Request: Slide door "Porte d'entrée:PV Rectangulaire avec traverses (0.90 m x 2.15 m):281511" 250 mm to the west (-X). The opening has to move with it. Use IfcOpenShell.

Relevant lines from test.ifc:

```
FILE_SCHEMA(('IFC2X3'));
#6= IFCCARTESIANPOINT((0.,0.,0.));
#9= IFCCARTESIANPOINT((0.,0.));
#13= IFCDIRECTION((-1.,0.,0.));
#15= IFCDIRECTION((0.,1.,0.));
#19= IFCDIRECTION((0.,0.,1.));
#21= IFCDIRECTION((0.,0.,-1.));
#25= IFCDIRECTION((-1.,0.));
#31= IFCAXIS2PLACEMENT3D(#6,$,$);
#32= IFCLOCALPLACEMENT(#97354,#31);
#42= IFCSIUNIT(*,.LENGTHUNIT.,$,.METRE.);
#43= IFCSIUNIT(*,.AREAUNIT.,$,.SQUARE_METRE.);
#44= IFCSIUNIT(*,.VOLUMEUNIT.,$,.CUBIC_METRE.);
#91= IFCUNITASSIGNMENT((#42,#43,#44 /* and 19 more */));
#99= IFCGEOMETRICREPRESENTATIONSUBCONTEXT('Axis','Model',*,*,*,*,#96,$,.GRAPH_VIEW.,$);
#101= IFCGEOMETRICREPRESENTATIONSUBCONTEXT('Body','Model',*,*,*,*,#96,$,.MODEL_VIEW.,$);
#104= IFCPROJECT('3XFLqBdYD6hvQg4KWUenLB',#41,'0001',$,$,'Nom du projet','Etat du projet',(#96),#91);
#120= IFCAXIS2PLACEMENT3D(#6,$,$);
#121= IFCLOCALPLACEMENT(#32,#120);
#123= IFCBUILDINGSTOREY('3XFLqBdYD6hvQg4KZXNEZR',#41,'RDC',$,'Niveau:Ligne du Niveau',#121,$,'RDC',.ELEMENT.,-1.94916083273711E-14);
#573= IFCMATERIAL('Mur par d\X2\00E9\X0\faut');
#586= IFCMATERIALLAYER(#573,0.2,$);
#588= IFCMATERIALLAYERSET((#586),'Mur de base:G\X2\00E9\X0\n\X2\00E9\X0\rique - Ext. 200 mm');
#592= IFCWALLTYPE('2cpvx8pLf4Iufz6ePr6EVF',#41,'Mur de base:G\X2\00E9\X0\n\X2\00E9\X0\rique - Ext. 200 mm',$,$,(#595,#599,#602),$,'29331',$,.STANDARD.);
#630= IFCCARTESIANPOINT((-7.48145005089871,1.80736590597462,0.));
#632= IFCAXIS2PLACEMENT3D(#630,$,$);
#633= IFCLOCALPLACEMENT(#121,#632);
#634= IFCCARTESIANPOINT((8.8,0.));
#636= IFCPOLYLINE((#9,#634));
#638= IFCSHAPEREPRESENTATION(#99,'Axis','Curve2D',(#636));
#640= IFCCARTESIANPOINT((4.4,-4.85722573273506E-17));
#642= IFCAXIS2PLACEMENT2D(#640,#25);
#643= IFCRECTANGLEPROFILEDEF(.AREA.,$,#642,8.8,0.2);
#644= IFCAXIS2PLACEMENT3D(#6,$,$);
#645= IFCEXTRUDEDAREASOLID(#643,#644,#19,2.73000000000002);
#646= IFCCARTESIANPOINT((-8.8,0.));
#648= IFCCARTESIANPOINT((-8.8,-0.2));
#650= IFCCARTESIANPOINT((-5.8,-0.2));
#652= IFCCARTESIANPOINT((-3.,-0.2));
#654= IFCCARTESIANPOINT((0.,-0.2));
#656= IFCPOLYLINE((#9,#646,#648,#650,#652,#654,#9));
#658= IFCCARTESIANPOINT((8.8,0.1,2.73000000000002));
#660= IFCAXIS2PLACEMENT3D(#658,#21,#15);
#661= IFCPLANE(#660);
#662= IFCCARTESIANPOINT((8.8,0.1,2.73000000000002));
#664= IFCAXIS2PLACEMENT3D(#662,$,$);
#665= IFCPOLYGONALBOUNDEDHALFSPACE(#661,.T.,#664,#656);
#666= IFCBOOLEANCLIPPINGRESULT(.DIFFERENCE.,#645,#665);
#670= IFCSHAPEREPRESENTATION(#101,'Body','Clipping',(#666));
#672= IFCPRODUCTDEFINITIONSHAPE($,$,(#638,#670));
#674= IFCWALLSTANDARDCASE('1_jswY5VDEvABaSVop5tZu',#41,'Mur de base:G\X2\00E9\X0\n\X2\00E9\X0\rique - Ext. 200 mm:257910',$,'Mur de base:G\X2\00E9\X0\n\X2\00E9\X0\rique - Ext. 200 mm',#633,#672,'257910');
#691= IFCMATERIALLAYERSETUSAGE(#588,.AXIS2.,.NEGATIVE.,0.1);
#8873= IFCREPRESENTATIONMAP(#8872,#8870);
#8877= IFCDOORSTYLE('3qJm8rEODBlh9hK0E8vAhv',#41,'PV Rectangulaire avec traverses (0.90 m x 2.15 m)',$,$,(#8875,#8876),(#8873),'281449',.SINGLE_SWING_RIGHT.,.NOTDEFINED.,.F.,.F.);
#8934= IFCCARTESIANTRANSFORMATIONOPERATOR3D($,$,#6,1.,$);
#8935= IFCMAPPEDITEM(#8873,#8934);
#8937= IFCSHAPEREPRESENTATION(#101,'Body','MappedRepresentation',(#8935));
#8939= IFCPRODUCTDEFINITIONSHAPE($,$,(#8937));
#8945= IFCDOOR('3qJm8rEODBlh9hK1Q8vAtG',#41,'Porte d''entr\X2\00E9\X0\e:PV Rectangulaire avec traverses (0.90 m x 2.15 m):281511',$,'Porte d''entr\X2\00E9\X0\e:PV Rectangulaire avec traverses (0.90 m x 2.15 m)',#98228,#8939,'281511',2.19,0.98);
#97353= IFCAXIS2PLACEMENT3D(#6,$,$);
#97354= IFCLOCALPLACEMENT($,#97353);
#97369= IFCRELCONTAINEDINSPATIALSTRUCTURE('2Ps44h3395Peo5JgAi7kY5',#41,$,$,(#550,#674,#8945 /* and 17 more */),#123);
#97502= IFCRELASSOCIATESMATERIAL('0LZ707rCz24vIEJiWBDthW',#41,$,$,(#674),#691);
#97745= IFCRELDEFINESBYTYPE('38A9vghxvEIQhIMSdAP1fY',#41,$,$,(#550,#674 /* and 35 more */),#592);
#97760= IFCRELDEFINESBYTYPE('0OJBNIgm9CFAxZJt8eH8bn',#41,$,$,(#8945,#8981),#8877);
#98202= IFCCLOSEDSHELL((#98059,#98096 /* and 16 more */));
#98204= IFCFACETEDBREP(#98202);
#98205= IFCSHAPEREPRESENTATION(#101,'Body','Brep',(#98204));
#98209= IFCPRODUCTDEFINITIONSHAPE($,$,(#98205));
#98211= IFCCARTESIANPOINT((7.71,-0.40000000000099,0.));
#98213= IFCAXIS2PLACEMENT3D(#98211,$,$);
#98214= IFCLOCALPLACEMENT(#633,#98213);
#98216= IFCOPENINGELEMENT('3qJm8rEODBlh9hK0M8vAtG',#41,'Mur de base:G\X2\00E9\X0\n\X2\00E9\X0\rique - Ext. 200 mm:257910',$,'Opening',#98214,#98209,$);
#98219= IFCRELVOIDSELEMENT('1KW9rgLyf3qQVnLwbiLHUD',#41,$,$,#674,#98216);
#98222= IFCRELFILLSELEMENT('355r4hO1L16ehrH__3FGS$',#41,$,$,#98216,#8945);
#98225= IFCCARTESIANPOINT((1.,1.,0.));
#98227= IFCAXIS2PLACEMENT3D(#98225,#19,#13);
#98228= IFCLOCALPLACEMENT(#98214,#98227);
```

```python
import ifcopenshell
import ifcopenshell.api.geometry
import ifcopenshell.util.placement

model = ifcopenshell.open("test.ifc")

door = model.by_guid("3qJm8rEODBlh9hK1Q8vAtG")
opening = door.FillsVoids[0].RelatingOpeningElement
wall = opening.VoidsElements[0].RelatingBuildingElement

wall_matrix = ifcopenshell.util.placement.get_local_placement(wall.ObjectPlacement)
shift = wall_matrix[:3, 0] * -0.25
before = ifcopenshell.util.placement.get_local_placement(door.ObjectPlacement)[:3, 3].copy()

# The door is placed relative to its opening, so it follows when the opening moves.
matrix = ifcopenshell.util.placement.get_local_placement(opening.ObjectPlacement)
matrix[:3, 3] += shift
ifcopenshell.api.geometry.edit_object_placement(
    model, product=opening, matrix=matrix, is_si=False, should_transform_children=True
)

after = ifcopenshell.util.placement.get_local_placement(door.ObjectPlacement)[:3, 3]
print("door moved by", (after - before).round(3) + 0.0)

model.write("test_updated.ifc")
```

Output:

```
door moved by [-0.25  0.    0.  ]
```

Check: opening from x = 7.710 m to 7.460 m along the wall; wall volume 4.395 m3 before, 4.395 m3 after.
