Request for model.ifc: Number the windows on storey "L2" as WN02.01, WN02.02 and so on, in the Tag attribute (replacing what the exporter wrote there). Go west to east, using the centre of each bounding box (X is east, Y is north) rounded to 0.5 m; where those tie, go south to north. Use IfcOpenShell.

First a look at what the model holds.

```python
import ifcopenshell
import ifcopenshell.util.element
import ifcopenshell.util.placement

model = ifcopenshell.open("model.ifc")
print(model.schema)
storey = next(s for s in model.by_type("IfcBuildingStorey") if s.Name == "L2")
windows = [e for e in ifcopenshell.util.element.get_decomposition(storey) if e.is_a("IfcWindow")]
for e in sorted(windows, key=lambda e: e.id()):
    origin = ifcopenshell.util.placement.get_local_placement(e.ObjectPlacement)[:3, 3]
    print(e.id(), e.Tag, e.Name, origin.round(2) + 0.0, sep=" | ")
```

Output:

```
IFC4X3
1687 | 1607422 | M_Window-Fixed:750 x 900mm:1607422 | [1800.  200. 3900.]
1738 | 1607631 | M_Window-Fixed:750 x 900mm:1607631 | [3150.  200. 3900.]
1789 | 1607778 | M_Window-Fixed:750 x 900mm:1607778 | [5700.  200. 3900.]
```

```python
import ifcopenshell
import ifcopenshell.geom
import ifcopenshell.util.element
import ifcopenshell.util.shape

model = ifcopenshell.open("model.ifc")
settings = ifcopenshell.geom.settings()
settings.set("use-world-coords", True)


def centre(element):
    shape = ifcopenshell.geom.create_shape(settings, element)
    return ifcopenshell.util.shape.get_bbox_centroid(shape.geometry)


storey = next(s for s in model.by_type("IfcBuildingStorey") if s.Name == "L2")
windows = [e for e in ifcopenshell.util.element.get_decomposition(storey) if e.is_a("IfcWindow")]

# Insertion points can sit at a corner or the storey origin, so sort by the geometry (in metres).
centres = {e: centre(e) for e in windows}
windows.sort(key=lambda e: (round(centres[e][0] / 0.5), centres[e][1]))

for i, e in enumerate(windows, start=1):
    number = f"WN02.{i:02d}"
    e.Tag = number
    print(e.id(), number)

model.write("model_v2.ifc")
```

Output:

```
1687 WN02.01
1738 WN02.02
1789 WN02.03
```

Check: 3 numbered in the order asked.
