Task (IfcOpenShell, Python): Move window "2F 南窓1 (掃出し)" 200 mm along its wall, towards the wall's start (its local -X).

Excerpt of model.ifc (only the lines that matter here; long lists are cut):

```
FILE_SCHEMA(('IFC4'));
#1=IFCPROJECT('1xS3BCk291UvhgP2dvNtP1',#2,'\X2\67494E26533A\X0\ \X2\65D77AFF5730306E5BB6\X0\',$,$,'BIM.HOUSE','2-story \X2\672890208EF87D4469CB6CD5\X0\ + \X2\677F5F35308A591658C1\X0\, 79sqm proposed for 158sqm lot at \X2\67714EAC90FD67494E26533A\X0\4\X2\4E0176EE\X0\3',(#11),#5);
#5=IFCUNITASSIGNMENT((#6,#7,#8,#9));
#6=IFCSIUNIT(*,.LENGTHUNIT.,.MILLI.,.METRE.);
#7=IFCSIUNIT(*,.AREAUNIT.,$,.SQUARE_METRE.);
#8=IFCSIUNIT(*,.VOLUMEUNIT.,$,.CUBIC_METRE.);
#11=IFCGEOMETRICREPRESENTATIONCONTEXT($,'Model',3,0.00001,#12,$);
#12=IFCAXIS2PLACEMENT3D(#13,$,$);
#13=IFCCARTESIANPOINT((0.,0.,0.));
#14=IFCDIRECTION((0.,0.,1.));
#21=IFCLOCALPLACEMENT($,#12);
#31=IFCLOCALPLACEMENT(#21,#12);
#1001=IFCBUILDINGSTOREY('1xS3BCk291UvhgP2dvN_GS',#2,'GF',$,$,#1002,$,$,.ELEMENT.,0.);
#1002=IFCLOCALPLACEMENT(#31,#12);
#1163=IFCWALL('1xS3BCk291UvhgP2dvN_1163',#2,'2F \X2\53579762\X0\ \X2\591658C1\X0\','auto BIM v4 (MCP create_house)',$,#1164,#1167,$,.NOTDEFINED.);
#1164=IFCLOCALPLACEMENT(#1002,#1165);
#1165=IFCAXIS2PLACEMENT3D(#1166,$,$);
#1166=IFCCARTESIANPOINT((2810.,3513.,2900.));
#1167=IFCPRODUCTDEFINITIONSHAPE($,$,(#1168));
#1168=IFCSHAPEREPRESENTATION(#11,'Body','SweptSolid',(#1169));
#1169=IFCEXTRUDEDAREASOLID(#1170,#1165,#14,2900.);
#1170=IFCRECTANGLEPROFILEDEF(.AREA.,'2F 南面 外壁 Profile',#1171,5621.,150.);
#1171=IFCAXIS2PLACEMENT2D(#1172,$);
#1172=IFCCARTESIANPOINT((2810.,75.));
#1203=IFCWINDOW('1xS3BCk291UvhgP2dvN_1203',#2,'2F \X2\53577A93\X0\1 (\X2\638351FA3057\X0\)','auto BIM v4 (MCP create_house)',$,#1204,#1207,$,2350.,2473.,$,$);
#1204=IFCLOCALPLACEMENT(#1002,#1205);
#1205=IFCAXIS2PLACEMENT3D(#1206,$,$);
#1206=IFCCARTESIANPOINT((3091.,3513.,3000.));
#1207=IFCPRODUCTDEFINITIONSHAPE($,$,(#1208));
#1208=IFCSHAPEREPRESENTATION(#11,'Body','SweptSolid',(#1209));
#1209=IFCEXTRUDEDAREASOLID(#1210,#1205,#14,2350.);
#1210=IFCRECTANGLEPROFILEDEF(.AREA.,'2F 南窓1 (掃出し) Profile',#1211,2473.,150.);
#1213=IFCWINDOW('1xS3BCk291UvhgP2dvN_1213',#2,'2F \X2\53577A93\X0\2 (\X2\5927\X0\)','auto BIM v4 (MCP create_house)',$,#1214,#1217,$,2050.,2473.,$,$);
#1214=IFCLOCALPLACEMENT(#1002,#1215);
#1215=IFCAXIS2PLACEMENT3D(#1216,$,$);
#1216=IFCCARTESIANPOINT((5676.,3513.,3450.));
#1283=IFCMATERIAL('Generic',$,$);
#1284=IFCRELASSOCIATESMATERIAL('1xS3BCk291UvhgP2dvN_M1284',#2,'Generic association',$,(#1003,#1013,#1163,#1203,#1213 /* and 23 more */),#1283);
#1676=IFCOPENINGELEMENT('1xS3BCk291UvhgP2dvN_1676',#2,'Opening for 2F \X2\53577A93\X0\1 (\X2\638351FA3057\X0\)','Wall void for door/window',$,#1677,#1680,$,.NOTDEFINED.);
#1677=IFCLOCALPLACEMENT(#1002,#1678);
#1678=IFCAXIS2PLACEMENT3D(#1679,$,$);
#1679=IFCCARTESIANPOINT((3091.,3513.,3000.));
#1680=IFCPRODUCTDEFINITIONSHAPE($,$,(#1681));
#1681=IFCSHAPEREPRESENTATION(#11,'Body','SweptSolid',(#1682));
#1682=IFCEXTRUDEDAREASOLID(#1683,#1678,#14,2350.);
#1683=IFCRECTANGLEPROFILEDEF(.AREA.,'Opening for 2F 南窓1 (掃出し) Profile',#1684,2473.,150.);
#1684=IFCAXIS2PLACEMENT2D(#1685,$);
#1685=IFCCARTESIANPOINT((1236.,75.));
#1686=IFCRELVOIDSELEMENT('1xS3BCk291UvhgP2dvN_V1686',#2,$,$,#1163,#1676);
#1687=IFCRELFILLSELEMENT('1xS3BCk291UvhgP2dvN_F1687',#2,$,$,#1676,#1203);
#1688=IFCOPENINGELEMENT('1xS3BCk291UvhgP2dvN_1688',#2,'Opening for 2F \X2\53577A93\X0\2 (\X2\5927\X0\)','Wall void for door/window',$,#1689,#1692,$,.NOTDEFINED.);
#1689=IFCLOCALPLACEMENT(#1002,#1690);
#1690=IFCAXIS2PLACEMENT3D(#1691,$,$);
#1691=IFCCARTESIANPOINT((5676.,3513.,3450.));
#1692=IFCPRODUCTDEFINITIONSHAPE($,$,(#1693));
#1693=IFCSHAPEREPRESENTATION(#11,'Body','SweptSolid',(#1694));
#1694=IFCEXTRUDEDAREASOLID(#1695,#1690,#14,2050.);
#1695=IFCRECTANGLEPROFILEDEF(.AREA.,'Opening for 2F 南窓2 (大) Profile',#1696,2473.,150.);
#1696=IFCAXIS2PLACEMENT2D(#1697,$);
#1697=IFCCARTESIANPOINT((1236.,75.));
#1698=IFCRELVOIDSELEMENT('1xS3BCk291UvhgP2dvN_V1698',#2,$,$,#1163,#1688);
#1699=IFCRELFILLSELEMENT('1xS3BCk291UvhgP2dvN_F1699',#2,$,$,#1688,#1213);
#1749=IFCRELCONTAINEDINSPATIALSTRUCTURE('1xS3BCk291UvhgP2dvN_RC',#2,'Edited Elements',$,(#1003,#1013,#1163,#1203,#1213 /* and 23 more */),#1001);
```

```python
import ifcopenshell
import ifcopenshell.api.geometry
import ifcopenshell.util.placement
import ifcopenshell.util.unit

model = ifcopenshell.open("model.ifc")
unit_scale = ifcopenshell.util.unit.calculate_unit_scale(model)

window = model.by_guid("1xS3BCk291UvhgP2dvN_1203")
opening = window.FillsVoids[0].RelatingOpeningElement
wall = opening.VoidsElements[0].RelatingBuildingElement

wall_matrix = ifcopenshell.util.placement.get_local_placement(wall.ObjectPlacement)
shift = wall_matrix[:3, 0] * -0.2 / unit_scale
before = ifcopenshell.util.placement.get_local_placement(window.ObjectPlacement)[:3, 3].copy()

# The window is not placed relative to its opening, so move both.
for product in (opening, window):
    matrix = ifcopenshell.util.placement.get_local_placement(product.ObjectPlacement)
    matrix[:3, 3] += shift
    ifcopenshell.api.geometry.edit_object_placement(model, product=product, matrix=matrix, is_si=False)

after = ifcopenshell.util.placement.get_local_placement(window.ObjectPlacement)[:3, 3]
print("window moved by", (after - before).round(3) + 0.0)

model.write("model_edited.ifc")
```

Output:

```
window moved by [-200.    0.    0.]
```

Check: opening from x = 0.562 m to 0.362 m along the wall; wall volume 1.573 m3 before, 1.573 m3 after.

▬▬▬▬▬▬

## YOUR TASK
Give the count of lines in the data shown above that contain "Check", and nothing else.

## RESULT FOR THIS TASK
3